If the Avg page load time of a user is abnormally high, then you can compare the value of this measure with that of the Average CPU duration, Average IIS latency, and Average query duration measures of this test to know what exactly is delaying page loading – a slow front-end web server? inefficient queries to the backend database? or slow service calls?

Average IIS latency

Indicates the average time requests from this user took in the frontend web server after the requests were received by the frontend web server but before the browser began processing the requests.

Secs

If the Avg page load time of a user is abnormally high, then you can compare the value of this measure with that of the Average service calls duration, Average CPU duration, and Average query duration measures of this test to know what exactly is delaying page loading – a slow browser? A slow front-end web server? inefficient queries to the backend database? or slow service calls?

Average CPU duration

Indicates the average time for which requests from this user to this site used the CPU.

Secs

If the Avg page load time of a web application is abnormally high, then you can compare the value of this measure with that of the Average service calls duration, Average IIS latency, and Average query duration measures of this test to know what exactly is delaying page loading – a slow browser? a slow front-end web server? inefficient queries to the backend database? or slow service calls?

SQL logical reads

Indicates the total number of 8 kilobyte blocks that this browser read from storage on the back-end database server.

Number

 

Average CPU megacycles

Indicates the average number of CPU mega cycles spent processing the requests to this browser in the client application on the front end web server.

Number

 

Total queries

Indicates the total number of database queries generated by requests to this browser.

Number

 

Average query duration

Indicates the average time taken for all backend database queries generated by requests from this user to this web site.

Secs

If the Avg page load time of a browser is abnormally high, then you can compare the value of this measure with that of the Average service calls duration, Average IIS latency, and Average CPU duration measures of this test to know what exactly is delaying page loading – a slow browser? a slow front-end web server? inefficient queries to the backend database? or slow service calls?

Average data consumed

Indicates the average bytes of data downloaded by the requests of this user.

KB

 

GET requests

Indicates the number of GET requests from this user to this site.

Number

 

POST requests

Indicates the number of POST requests from this user to this site.

Number

 

OPTION requests

Indicates the number of OPTION requests from this user to this site.

Number

 

300 responses

Indicates the number of responses for requests from this user that had a status code in the 300-399 range.

Number

300 responses could indicate page caching on the client browsers.

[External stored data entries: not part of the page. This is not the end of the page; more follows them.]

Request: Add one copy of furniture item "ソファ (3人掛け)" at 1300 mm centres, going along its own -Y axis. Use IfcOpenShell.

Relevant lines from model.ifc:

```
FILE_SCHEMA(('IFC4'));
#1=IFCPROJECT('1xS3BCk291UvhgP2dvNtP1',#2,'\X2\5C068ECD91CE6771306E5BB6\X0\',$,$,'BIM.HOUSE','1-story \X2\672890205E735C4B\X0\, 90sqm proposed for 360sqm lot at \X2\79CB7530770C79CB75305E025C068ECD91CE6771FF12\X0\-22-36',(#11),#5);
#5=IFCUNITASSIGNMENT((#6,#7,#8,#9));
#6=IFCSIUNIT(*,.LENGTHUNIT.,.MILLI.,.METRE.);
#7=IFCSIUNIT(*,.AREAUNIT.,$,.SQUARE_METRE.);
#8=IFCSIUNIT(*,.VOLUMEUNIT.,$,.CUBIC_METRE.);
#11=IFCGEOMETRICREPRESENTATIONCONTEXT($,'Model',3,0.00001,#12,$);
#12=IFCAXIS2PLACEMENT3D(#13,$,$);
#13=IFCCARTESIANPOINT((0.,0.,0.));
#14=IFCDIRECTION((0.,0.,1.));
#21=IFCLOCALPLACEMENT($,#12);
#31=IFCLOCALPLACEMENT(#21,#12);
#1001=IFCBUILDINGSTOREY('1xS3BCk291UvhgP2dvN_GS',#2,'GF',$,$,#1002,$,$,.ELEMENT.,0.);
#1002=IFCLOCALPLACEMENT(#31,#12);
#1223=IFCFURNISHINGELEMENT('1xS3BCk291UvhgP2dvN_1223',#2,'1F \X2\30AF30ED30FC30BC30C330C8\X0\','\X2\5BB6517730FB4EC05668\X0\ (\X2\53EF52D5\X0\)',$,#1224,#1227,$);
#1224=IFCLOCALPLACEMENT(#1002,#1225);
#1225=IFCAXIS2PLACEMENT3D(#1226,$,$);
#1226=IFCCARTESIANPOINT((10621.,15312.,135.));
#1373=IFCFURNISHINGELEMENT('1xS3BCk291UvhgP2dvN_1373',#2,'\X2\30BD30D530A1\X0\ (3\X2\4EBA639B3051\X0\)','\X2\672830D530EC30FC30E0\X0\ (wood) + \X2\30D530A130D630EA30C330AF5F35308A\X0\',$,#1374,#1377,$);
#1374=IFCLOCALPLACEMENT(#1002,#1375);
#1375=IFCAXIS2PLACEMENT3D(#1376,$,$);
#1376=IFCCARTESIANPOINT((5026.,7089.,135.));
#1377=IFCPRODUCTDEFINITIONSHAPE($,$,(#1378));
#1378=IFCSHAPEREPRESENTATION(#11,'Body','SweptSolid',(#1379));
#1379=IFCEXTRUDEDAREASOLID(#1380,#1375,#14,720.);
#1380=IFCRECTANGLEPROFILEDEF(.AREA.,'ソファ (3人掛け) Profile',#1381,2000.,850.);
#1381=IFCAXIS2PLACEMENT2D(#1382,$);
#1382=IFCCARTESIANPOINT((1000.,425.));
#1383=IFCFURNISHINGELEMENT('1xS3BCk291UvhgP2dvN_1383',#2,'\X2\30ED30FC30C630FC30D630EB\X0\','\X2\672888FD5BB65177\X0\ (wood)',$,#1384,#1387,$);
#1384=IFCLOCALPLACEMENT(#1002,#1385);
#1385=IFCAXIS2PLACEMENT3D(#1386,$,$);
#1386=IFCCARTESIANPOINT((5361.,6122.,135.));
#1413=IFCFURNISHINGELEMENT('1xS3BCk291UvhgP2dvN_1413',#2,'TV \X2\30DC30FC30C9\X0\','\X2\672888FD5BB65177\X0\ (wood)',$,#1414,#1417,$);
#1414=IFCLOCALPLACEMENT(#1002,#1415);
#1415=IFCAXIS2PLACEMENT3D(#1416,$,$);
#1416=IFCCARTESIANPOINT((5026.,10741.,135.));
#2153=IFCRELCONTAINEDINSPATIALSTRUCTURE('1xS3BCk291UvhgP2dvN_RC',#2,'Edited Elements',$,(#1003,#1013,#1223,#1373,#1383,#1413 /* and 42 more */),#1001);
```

```python
import ifcopenshell
import ifcopenshell.api.geometry
import ifcopenshell.api.root
import ifcopenshell.util.element
import ifcopenshell.util.placement
import ifcopenshell.util.unit

model = ifcopenshell.open("model.ifc")
unit_scale = ifcopenshell.util.unit.calculate_unit_scale(model)


def reuse_history(source, copy):
    """copy_class also copies each property set's owner history, people and application; keep the originals."""
    for rel in copy.IsDefinedBy:
        if rel.is_a("IfcRelDefinesByProperties") and (history := rel.RelatingPropertyDefinition.OwnerHistory):
            rel.RelatingPropertyDefinition.OwnerHistory = source.OwnerHistory
            ifcopenshell.util.element.remove_deep2(model, history)


source = model.by_id(1373)
base = ifcopenshell.util.placement.get_local_placement(source.ObjectPlacement)
step = -base[:3, 1] * 1.3 / unit_scale

for i in range(1, 2):
    copy = ifcopenshell.api.root.copy_class(model, product=source)
    copy.Representation = ifcopenshell.util.element.copy_deep(
        model, source.Representation, exclude=["IfcGeometricRepresentationContext", "IfcRepresentationMap"]
    )
    reuse_history(source, copy)
    matrix = base.copy()
    matrix[:3, 3] += i * step
    print("added at", matrix[:3, 3].round(3) + 0.0)
    ifcopenshell.api.geometry.edit_object_placement(model, product=copy, matrix=matrix, is_si=False)

model.write("model_updated.ifc")
```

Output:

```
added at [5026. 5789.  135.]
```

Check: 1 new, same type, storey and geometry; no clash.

Alternatively 300 responses could also indicate redirection of requests. A sudden change in this value could indicate a problem condition.

400 errors

Indicates the number responses for requests from this user that had a  status code in the range 400-499.

Number

A high value indicates a number of missing/error pages.

Use the detailed diagnosis of this measure to know when each of the 400 errors occurred, which user experienced the error, when using what browser, from which machine. This information will greatly aid troubleshooting.

500 errors

Indicates the number of responses for requests from this user that had a status code in the range 500-599.

Number

Since responses with a status code of 500-600 indicate server side processing errors, a high value reflects an error condition.

Use the detailed diagnosis of this measure to know when each of the 500 errors occurred, which user experienced the error, when using what browser, from which machine. This information will greatly aid troubleshooting.